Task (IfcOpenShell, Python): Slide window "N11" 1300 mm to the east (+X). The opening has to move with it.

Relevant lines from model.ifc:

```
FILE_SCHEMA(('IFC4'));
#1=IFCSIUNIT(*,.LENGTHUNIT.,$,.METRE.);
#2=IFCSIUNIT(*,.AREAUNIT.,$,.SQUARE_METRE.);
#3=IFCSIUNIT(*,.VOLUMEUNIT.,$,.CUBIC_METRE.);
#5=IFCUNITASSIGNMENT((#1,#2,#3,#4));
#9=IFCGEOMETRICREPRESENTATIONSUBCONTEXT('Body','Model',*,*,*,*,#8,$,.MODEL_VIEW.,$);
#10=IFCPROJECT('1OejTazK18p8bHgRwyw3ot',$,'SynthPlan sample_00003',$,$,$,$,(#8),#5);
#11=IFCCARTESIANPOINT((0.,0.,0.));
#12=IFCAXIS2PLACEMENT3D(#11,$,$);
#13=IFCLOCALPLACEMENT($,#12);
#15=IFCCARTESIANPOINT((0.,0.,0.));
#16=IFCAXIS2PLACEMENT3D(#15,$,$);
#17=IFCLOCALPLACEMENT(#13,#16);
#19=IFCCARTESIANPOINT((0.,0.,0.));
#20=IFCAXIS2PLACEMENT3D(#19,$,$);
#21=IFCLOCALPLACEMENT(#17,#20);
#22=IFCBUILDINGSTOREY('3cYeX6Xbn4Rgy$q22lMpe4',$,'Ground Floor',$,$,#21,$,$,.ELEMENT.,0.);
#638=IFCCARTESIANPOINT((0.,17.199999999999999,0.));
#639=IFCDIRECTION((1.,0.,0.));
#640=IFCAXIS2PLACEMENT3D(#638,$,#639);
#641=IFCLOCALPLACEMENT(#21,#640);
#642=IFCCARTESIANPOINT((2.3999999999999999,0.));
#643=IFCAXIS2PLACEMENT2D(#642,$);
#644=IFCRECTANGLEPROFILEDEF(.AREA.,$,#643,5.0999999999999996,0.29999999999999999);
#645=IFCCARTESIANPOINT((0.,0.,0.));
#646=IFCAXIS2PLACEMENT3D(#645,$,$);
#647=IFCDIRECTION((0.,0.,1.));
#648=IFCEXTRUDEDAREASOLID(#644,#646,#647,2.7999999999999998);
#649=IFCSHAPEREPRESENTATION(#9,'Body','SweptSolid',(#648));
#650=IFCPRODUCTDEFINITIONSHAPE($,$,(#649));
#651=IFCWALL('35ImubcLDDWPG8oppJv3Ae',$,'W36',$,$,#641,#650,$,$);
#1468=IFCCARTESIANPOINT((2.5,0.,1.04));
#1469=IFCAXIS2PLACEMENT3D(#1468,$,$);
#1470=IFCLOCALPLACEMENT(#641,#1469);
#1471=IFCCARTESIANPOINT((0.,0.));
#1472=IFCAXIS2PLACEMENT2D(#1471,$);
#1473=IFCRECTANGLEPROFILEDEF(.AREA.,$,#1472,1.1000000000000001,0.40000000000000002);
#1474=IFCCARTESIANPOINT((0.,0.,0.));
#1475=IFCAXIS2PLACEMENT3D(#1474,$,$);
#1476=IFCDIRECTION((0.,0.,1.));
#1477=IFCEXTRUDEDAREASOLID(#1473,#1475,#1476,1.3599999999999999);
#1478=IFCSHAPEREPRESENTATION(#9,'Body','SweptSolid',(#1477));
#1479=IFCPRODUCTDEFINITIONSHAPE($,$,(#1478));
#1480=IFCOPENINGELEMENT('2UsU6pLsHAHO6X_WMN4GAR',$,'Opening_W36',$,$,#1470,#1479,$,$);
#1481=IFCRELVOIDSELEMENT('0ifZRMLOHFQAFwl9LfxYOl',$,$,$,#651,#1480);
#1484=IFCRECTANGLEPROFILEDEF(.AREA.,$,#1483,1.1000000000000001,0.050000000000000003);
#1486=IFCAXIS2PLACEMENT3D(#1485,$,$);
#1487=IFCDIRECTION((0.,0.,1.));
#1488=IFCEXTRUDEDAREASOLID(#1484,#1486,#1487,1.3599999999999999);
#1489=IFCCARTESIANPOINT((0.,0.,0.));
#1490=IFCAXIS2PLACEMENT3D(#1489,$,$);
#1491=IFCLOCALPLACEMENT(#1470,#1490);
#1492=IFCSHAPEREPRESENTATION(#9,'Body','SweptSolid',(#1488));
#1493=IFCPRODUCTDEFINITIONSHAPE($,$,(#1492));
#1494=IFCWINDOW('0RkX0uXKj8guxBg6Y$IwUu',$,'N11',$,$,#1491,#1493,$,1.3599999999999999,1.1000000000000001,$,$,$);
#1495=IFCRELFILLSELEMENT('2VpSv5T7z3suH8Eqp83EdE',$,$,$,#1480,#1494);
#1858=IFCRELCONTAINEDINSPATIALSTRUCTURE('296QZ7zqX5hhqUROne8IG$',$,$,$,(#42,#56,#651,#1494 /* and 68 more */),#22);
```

```python
import ifcopenshell
import ifcopenshell.api.geometry
import ifcopenshell.util.placement

model = ifcopenshell.open("model.ifc")

window = model.by_guid("0RkX0uXKj8guxBg6Y$IwUu")
opening = window.FillsVoids[0].RelatingOpeningElement
wall = opening.VoidsElements[0].RelatingBuildingElement

wall_matrix = ifcopenshell.util.placement.get_local_placement(wall.ObjectPlacement)
shift = wall_matrix[:3, 0] * 1.3
before = ifcopenshell.util.placement.get_local_placement(window.ObjectPlacement)[:3, 3].copy()

# The window is placed relative to its opening, so it follows when the opening moves.
matrix = ifcopenshell.util.placement.get_local_placement(opening.ObjectPlacement)
matrix[:3, 3] += shift
ifcopenshell.api.geometry.edit_object_placement(
    model, product=opening, matrix=matrix, is_si=False, should_transform_children=True
)

after = ifcopenshell.util.placement.get_local_placement(window.ObjectPlacement)[:3, 3]
print("window moved by", (after - before).round(3) + 0.0)

model.write("model_rev.ifc")
```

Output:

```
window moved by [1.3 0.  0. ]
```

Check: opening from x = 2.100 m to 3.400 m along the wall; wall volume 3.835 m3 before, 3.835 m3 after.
══════════════════════════════
What is being asked> Everything in the material above needs to be transcribed exactly.

Answer to this problem>
Task (IfcOpenShell, Python): Slide window "N11" 1300 mm to the east (+X). The opening has to move with it.

Relevant lines from model.ifc:

```
FILE_SCHEMA(('IFC4'));
#1=IFCSIUNIT(*,.LENGTHUNIT.,$,.METRE.);
#2=IFCSIUNIT(*,.AREAUNIT.,$,.SQUARE_METRE.);
#3=IFCSIUNIT(*,.VOLUMEUNIT.,$,.CUBIC_METRE.);
#5=IFCUNITASSIGNMENT((#1,#2,#3,#4));
#9=IFCGEOMETRICREPRESENTATIONSUBCONTEXT('Body','Model',*,*,*,*,#8,$,.MODEL_VIEW.,$);
#10=IFCPROJECT('1OejTazK18p8bHgRwyw3ot',$,'SynthPlan sample_00003',$,$,$,$,(#8),#5);
#11=IFCCARTESIANPOINT((0.,0.,0.));
#12=IFCAXIS2PLACEMENT3D(#11,$,$);
#13=IFCLOCALPLACEMENT($,#12);
#15=IFCCARTESIANPOINT((0.,0.,0.));
#16=IFCAXIS2PLACEMENT3D(#15,$,$);
#17=IFCLOCALPLACEMENT(#13,#16);
#19=IFCCARTESIANPOINT((0.,0.,0.));
#20=IFCAXIS2PLACEMENT3D(#19,$,$);
#21=IFCLOCALPLACEMENT(#17,#20);
#22=IFCBUILDINGSTOREY('3cYeX6Xbn4Rgy$q22lMpe4',$,'Ground Floor',$,$,#21,$,$,.ELEMENT.,0.);
#638=IFCCARTESIANPOINT((0.,17.199999999999999,0.));
#639=IFCDIRECTION((1.,0.,0.));
#640=IFCAXIS2PLACEMENT3D(#638,$,#639);
#641=IFCLOCALPLACEMENT(#21,#640);
#642=IFCCARTESIANPOINT((2.3999999999999999,0.));
#643=IFCAXIS2PLACEMENT2D(#642,$);
#644=IFCRECTANGLEPROFILEDEF(.AREA.,$,#643,5.0999999999999996,0.29999999999999999);
#645=IFCCARTESIANPOINT((0.,0.,0.));
#646=IFCAXIS2PLACEMENT3D(#645,$,$);
#647=IFCDIRECTION((0.,0.,1.));
#648=IFCEXTRUDEDAREASOLID(#644,#646,#647,2.7999999999999998);
#649=IFCSHAPEREPRESENTATION(#9,'Body','SweptSolid',(#648));
#650=IFCPRODUCTDEFINITIONSHAPE($,$,(#649));
#651=IFCWALL('35ImubcLDDWPG8oppJv3Ae',$,'W36',$,$,#641,#650,$,$);
#1468=IFCCARTESIANPOINT((2.5,0.,1.04));
#1469=IFCAXIS2PLACEMENT3D(#1468,$,$);
#1470=IFCLOCALPLACEMENT(#641,#1469);
#1471=IFCCARTESIANPOINT((0.,0.));
#1472=IFCAXIS2PLACEMENT2D(#1471,$);
#1473=IFCRECTANGLEPROFILEDEF(.AREA.,$,#1472,1.1000000000000001,0.40000000000000002);
#1474=IFCCARTESIANPOINT((0.,0.,0.));
#1475=IFCAXIS2PLACEMENT3D(#1474,$,$);
#1476=IFCDIRECTION((0.,0.,1.));
#1477=IFCEXTRUDEDAREASOLID(#1473,#1475,#1476,1.3599999999999999);
#1478=IFCSHAPEREPRESENTATION(#9,'Body','SweptSolid',(#1477));
#1479=IFCPRODUCTDEFINITIONSHAPE($,$,(#1478));
#1480=IFCOPENINGELEMENT('2UsU6pLsHAHO6X_WMN4GAR',$,'Opening_W36',$,$,#1470,#1479,$,$);
#1481=IFCRELVOIDSELEMENT('0ifZRMLOHFQAFwl9LfxYOl',$,$,$,#651,#1480);
#1484=IFCRECTANGLEPROFILEDEF(.AREA.,$,#1483,1.1000000000000001,0.050000000000000003);
#1486=IFCAXIS2PLACEMENT3D(#1485,$,$);
#1487=IFCDIRECTION((0.,0.,1.));
#1488=IFCEXTRUDEDAREASOLID(#1484,#1486,#1487,1.3599999999999999);
#1489=IFCCARTESIANPOINT((0.,0.,0.));
#1490=IFCAXIS2PLACEMENT3D(#1489,$,$);
#1491=IFCLOCALPLACEMENT(#1470,#1490);
#1492=IFCSHAPEREPRESENTATION(#9,'Body','SweptSolid',(#1488));
#1493=IFCPRODUCTDEFINITIONSHAPE($,$,(#1492));
#1494=IFCWINDOW('0RkX0uXKj8guxBg6Y$IwUu',$,'N11',$,$,#1491,#1493,$,1.3599999999999999,1.1000000000000001,$,$,$);
#1495=IFCRELFILLSELEMENT('2VpSv5T7z3suH8Eqp83EdE',$,$,$,#1480,#1494);
#1858=IFCRELCONTAINEDINSPATIALSTRUCTURE('296QZ7zqX5hhqUROne8IG$',$,$,$,(#42,#56,#651,#1494 /* and 68 more */),#22);
```

```python
import ifcopenshell
import ifcopenshell.api.geometry
import ifcopenshell.util.placement

model = ifcopenshell.open("model.ifc")

window = model.by_guid("0RkX0uXKj8guxBg6Y$IwUu")
opening = window.FillsVoids[0].RelatingOpeningElement
wall = opening.VoidsElements[0].RelatingBuildingElement

wall_matrix = ifcopenshell.util.placement.get_local_placement(wall.ObjectPlacement)
shift = wall_matrix[:3, 0] * 1.3
before = ifcopenshell.util.placement.get_local_placement(window.ObjectPlacement)[:3, 3].copy()

# The window is placed relative to its opening, so it follows when the opening moves.
matrix = ifcopenshell.util.placement.get_local_placement(opening.ObjectPlacement)
matrix[:3, 3] += shift
ifcopenshell.api.geometry.edit_object_placement(
    model, product=opening, matrix=matrix, is_si=False, should_transform_children=True
)

after = ifcopenshell.util.placement.get_local_placement(window.ObjectPlacement)[:3, 3]
print("window moved by", (after - before).round(3) + 0.0)

model.write("model_rev.ifc")
```

Output:

```
window moved by [1.3 0.  0. ]
```

Check: opening from x = 2.100 m to 3.400 m along the wall; wall volume 3.835 m3 before, 3.835 m3 after.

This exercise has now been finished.